Word as Pictures — Designer Rob Harrigan has launched a new series of interviews about design and comics. First off is designer Rian Hughes:

Comics, in a broader sense, are simply words and pictures – and words AS pictures, which as a designer, and especially as a font designer, is what fascinates me the most. The formal aspects of communication – this is the very language designers manipulate for their own ends, the medium culture uses to spread memes.

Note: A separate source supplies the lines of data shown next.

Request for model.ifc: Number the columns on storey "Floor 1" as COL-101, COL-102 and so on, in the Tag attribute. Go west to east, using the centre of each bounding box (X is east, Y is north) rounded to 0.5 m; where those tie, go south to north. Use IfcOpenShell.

First a look at what the model holds.

```python
import ifcopenshell
import ifcopenshell.util.element
import ifcopenshell.util.placement

model = ifcopenshell.open("model.ifc")
print(model.schema)
storey = next(s for s in model.by_type("IfcBuildingStorey") if s.Name == "Floor 1")
columns = [e for e in ifcopenshell.util.element.get_decomposition(storey) if e.is_a("IfcColumn")]
for e in sorted(columns, key=lambda e: e.id()):
    origin = ifcopenshell.util.placement.get_local_placement(e.ObjectPlacement)[:3, 3]
    print(e.id(), e.Tag, e.Name, origin.round(2) + 0.0, sep=" | ")
```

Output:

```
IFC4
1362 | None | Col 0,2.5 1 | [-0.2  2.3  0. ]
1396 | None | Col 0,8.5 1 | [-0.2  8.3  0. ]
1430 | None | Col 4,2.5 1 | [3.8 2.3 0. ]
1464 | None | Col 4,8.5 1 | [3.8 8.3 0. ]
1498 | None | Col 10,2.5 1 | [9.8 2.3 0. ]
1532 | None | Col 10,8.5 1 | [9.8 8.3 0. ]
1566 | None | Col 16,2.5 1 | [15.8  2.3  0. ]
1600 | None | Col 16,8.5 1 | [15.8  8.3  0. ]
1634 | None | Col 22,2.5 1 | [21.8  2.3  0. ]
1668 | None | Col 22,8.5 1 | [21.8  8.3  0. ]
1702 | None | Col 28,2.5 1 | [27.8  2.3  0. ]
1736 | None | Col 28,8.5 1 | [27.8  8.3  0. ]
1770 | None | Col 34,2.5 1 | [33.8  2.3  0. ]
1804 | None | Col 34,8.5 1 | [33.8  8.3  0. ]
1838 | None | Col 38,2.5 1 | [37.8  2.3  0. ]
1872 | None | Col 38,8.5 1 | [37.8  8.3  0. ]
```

```python
import ifcopenshell
import ifcopenshell.geom
import ifcopenshell.util.element
import ifcopenshell.util.shape

model = ifcopenshell.open("model.ifc")
settings = ifcopenshell.geom.settings()
settings.set("use-world-coords", True)


def centre(element):
    shape = ifcopenshell.geom.create_shape(settings, element)
    return ifcopenshell.util.shape.get_bbox_centroid(shape.geometry)


storey = next(s for s in model.by_type("IfcBuildingStorey") if s.Name == "Floor 1")
columns = [e for e in ifcopenshell.util.element.get_decomposition(storey) if e.is_a("IfcColumn")]

# Insertion points can sit at a corner or the storey origin, so sort by the geometry (in metres).
centres = {e: centre(e) for e in columns}
columns.sort(key=lambda e: (round(centres[e][0] / 0.5), centres[e][1]))

for i, e in enumerate(columns, start=1):
    number = f"COL-1{i:02d}"
    e.Tag = number
    print(e.id(), number)

model.write("model_rev.ifc")
```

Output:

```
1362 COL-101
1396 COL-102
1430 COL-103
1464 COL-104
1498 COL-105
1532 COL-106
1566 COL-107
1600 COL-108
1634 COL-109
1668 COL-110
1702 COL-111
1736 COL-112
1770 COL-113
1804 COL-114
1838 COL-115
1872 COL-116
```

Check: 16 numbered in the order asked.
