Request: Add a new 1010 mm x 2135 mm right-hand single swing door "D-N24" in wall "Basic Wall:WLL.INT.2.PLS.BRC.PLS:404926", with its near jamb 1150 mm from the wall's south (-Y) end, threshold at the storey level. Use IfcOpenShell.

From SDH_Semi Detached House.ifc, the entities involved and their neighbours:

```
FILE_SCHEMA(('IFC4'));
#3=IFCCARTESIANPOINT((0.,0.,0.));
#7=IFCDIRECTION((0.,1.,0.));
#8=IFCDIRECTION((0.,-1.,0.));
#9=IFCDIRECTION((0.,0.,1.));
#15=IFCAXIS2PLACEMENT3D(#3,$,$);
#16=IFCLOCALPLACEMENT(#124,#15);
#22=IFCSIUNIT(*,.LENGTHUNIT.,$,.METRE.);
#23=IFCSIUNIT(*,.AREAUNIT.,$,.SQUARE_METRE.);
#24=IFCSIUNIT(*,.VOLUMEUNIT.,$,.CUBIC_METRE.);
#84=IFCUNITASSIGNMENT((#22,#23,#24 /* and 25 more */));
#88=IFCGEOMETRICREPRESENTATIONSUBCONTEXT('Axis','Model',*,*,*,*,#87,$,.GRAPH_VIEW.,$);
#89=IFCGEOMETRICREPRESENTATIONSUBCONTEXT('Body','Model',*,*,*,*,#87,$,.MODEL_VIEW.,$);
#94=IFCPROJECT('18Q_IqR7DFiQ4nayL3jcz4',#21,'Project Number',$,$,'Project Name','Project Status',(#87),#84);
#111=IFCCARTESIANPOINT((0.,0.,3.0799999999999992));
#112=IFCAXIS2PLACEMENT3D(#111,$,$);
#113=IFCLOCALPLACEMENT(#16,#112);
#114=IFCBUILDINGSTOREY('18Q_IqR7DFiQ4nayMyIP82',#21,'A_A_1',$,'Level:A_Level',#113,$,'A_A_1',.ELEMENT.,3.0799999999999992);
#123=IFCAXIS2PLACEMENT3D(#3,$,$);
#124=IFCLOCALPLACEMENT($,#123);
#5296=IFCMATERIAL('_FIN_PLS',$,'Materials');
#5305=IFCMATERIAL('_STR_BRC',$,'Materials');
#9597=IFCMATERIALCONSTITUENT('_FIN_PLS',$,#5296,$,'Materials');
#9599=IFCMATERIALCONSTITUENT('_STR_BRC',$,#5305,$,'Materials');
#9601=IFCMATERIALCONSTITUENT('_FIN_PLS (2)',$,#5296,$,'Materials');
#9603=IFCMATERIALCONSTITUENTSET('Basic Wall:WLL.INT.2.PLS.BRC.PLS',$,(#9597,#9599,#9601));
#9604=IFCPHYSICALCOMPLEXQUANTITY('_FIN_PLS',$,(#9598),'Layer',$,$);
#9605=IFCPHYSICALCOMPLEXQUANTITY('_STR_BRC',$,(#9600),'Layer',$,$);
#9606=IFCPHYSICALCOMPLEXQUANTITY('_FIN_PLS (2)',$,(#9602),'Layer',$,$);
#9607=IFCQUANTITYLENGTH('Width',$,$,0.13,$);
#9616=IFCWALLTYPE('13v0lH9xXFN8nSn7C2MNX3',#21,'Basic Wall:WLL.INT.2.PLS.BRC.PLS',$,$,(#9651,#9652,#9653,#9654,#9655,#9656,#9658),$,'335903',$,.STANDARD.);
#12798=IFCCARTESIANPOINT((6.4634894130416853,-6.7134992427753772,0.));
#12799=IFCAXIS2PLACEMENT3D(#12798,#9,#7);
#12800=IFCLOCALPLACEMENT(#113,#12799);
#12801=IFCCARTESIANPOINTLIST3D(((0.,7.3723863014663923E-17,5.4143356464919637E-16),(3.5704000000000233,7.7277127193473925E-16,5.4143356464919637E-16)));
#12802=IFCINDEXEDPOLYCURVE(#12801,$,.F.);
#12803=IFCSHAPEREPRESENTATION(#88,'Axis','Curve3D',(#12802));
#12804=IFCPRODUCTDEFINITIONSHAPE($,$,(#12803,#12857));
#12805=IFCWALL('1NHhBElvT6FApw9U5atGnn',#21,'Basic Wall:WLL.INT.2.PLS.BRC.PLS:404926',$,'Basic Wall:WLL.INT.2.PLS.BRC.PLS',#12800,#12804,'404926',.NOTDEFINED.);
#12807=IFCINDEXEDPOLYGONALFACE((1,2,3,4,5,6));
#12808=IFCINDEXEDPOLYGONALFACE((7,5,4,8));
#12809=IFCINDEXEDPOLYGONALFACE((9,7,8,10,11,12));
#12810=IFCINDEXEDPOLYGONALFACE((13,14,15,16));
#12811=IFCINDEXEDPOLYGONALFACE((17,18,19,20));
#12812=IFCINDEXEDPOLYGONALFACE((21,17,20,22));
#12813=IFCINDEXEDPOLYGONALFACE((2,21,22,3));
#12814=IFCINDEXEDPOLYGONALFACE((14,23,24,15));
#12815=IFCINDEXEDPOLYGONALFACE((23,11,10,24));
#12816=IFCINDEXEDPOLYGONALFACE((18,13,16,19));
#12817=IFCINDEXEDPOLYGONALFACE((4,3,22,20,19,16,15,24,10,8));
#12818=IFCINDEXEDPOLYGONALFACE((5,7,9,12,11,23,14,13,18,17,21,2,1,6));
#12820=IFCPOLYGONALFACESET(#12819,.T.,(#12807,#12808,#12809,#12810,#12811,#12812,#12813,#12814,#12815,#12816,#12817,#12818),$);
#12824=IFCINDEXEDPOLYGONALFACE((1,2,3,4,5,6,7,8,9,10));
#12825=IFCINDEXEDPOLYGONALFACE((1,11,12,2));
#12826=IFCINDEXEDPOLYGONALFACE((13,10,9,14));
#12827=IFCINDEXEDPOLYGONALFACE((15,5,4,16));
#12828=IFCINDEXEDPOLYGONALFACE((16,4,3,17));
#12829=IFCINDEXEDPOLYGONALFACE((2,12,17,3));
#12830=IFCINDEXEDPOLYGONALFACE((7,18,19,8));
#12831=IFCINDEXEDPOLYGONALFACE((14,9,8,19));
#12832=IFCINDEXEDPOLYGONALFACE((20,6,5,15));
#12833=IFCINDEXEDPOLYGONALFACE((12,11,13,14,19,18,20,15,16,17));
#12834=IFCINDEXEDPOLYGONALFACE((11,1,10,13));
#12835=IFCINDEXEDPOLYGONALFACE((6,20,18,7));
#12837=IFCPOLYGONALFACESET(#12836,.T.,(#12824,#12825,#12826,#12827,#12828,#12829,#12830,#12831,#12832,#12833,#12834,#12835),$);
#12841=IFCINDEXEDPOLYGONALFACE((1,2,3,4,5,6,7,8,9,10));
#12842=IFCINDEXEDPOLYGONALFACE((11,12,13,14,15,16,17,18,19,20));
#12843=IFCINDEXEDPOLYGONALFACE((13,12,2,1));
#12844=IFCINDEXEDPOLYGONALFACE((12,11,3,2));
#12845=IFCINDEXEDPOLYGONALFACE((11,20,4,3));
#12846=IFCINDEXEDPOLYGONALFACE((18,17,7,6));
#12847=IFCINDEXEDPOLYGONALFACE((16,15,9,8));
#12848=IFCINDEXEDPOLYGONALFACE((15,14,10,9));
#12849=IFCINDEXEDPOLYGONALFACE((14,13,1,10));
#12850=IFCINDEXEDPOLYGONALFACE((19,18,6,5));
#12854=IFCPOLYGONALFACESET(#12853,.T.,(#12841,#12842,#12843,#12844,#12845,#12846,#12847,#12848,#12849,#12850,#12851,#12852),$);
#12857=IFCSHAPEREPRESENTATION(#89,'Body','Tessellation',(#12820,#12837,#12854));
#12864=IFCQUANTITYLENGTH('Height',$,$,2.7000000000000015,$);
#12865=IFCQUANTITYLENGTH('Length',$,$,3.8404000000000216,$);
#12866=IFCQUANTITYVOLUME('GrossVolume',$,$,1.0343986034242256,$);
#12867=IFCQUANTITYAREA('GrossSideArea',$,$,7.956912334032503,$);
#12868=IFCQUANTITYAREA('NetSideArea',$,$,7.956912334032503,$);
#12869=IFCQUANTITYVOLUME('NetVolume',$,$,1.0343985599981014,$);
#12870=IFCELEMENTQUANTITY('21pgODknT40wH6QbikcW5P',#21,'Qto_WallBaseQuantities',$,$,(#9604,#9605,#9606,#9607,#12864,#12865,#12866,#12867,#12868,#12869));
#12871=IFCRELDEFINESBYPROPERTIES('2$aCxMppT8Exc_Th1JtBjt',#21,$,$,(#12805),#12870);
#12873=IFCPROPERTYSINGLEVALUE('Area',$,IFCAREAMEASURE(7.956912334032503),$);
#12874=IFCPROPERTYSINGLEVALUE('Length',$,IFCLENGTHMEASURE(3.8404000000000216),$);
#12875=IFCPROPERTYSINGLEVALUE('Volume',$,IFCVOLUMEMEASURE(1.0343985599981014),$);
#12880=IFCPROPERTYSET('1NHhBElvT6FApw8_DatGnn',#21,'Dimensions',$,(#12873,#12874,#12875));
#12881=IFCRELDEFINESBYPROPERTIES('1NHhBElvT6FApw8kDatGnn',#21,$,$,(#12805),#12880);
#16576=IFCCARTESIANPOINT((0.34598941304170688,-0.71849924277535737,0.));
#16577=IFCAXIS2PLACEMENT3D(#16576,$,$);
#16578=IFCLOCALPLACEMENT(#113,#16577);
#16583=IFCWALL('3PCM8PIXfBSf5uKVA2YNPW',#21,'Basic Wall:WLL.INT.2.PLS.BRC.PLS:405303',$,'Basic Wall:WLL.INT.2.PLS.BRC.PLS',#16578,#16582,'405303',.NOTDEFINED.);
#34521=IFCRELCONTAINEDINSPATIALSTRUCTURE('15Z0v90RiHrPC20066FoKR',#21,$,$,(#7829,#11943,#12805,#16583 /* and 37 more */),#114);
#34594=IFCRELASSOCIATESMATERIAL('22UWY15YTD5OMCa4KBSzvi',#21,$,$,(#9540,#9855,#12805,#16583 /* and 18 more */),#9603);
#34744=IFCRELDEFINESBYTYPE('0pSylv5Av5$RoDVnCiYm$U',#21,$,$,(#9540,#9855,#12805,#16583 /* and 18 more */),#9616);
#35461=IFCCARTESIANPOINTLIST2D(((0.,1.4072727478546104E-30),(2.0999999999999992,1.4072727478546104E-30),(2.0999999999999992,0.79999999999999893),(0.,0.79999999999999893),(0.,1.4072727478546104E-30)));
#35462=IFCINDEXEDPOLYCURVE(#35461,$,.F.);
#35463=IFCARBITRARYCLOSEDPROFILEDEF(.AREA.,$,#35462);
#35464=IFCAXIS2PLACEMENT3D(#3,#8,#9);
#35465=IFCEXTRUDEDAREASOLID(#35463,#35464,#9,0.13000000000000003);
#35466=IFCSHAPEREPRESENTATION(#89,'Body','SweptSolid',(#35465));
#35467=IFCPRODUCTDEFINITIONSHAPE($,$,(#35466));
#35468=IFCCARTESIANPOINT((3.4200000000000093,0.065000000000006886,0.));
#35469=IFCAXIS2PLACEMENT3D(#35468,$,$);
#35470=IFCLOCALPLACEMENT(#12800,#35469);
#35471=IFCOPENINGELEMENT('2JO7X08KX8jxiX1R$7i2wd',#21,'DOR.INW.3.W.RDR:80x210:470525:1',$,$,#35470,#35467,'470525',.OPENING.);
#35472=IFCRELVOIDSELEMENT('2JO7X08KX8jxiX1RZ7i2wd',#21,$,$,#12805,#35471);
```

```python
import numpy as np
import ifcopenshell
import ifcopenshell.api.feature
import ifcopenshell.api.geometry
import ifcopenshell.api.pset
import ifcopenshell.api.root
import ifcopenshell.api.spatial
import ifcopenshell.geom
import ifcopenshell.util.element
import ifcopenshell.util.placement
import ifcopenshell.util.representation
import ifcopenshell.util.shape
import ifcopenshell.util.unit

model = ifcopenshell.open("SDH_Semi Detached House.ifc")
unit_scale = ifcopenshell.util.unit.calculate_unit_scale(model)
area_scale = ifcopenshell.util.unit.calculate_unit_scale(model, "AREAUNIT")
volume_scale = ifcopenshell.util.unit.calculate_unit_scale(model, "VOLUMEUNIT")
settings = ifcopenshell.geom.settings()


def volume(element):
    """Net volume in cubic metres, openings subtracted."""
    shape = ifcopenshell.geom.create_shape(settings, element)
    return ifcopenshell.util.shape.get_volume(shape.geometry)


wall = model.by_guid("1NHhBElvT6FApw9U5atGnn")
storey = ifcopenshell.util.element.get_container(wall, ifc_class="IfcBuildingStorey")
context = ifcopenshell.util.representation.get_context(model, "Model", "Body", "MODEL_VIEW")
before = volume(wall)

width, height, from_end, sill = 1.01, 2.135, 1.15, 0.0  # metres

# The wall runs along its own X axis, and the end named is its -X end.
wall_shape = ifcopenshell.geom.create_shape(settings, wall)
x, y, z = ifcopenshell.util.shape.get_vertices(wall_shape.geometry).T
start = x.min() + from_end
face, thickness = float(y.min()), float(y.max() - y.min())
wall_matrix = ifcopenshell.util.placement.get_local_placement(wall.ObjectPlacement)
level = ifcopenshell.util.placement.get_local_placement(storey.ObjectPlacement)[2, 3]


def in_wall(x, y):
    """Placement at x, y metres in the wall's axes, at sill height."""
    matrix = wall_matrix.copy()
    matrix[:, 3] = wall_matrix @ np.array([x / unit_scale, y / unit_scale, 0.0, 1.0])
    matrix[2, 3] = level + sill / unit_scale
    return matrix


# Opening: a box that overshoots both wall faces by 50 mm.
opening = ifcopenshell.api.root.create_entity(model, ifc_class="IfcOpeningElement", predefined_type="OPENING")
box = ifcopenshell.api.geometry.add_wall_representation(
    model, context=context, length=width, height=height, thickness=thickness + 0.1
)
ifcopenshell.api.geometry.assign_representation(model, product=opening, representation=box)
ifcopenshell.api.geometry.edit_object_placement(model, product=opening, matrix=in_wall(start, face - 0.05), is_si=False)
ifcopenshell.api.feature.add_feature(model, feature=opening, element=wall)

door = ifcopenshell.api.root.create_entity(model, ifc_class="IfcDoor", name="D-N24", predefined_type="DOOR")
door.OverallWidth, door.OverallHeight = width / unit_scale, height / unit_scale
door.OperationType = "SINGLE_SWING_RIGHT"
body = ifcopenshell.api.geometry.add_door_representation(
    model,
    context=context,
    overall_width=door.OverallWidth,
    overall_height=door.OverallHeight,
    operation_type="SINGLE_SWING_RIGHT",
    lining_properties={"LiningDepth": thickness / unit_scale, "ThresholdDepth": thickness / unit_scale},
)
ifcopenshell.api.geometry.assign_representation(model, product=door, representation=body)
ifcopenshell.api.spatial.assign_container(model, products=[door], relating_structure=storey)
ifcopenshell.api.feature.add_filling(model, opening=opening, element=door)

# The lining spans the wall, so the door starts at the wall face.
ifcopenshell.api.geometry.edit_object_placement(model, product=door, matrix=in_wall(start, face), is_si=False)

after = volume(wall)

# Update the wall's stored quantities.
qto = model.by_id(ifcopenshell.util.element.get_pset(wall, "Qto_WallBaseQuantities", should_inherit=False)["id"])
ifcopenshell.api.pset.edit_qto(model, qto=qto, properties={
    "NetSideArea": after / thickness / area_scale,
    "NetVolume": after / volume_scale,
})
pset = model.by_id(ifcopenshell.util.element.get_pset(wall, "Dimensions", should_inherit=False)["id"])
ifcopenshell.api.pset.edit_pset(model, pset=pset, properties={
    "Area": model.create_entity("IfcAreaMeasure", after / thickness / area_scale),
    "Volume": model.create_entity("IfcVolumeMeasure", after / volume_scale),
})

print(f"wall volume {before:.3f} -> {after:.3f} m3")

model.write("SDH_Semi Detached House_rev.ifc")
```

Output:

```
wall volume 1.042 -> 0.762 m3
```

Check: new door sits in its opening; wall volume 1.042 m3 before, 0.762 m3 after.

Still Great, Still in Production — Alexander Lange reviews Dieter Rams: As Little Design as Possible by Sophie Lovell for The Architect’s Newspaper:

Open Dieter Rams: As Little Design as Possible. Turn to page 64. There you will find the Braun product line circa 1963. I would buy any one of those products today, save the cameras, were they sold in stores. Which is to say, you will get no argument from me about Rams’ greatness as an industrial designer and the superiority of his achievement as head of Braun’s product design department from 1961 to 1995, where he designed or co-designed 500 products, lighters, door handles, coffee grinders, hi-fis and televisions, hair dryers, and cameras. Plus those Vitsoe 606 shelves, still great, still in production.

And finally…

Steven Heller on designer, art director and inventor of the album cover Alex Steinweiss, who died on Sunday aged 94, for The New York Times:

Mr. Steinweiss preferred metaphor to literalism, and his covers often used collages of musical and cultural symbols. For a Bartok piano concerto, he rejected a portrait of Bartok, using instead the hammers, keys and strings of a piano placed against a stylized backdrop. For a recording of Gershwin’s “Rhapsody in Blue,” he used an illustration of a piano on a dark blue field illuminated only by an abstract street lamp, with a stylized silhouetted skyline in the background…

Mr. Steinweiss said he was destined to be a commercial artist. In high school he marveled at his classmates who “could take a brush, dip it in some paint and make letters,” he recalled. “So I said to myself, if some day I could become a good sign painter, that would be terrific!”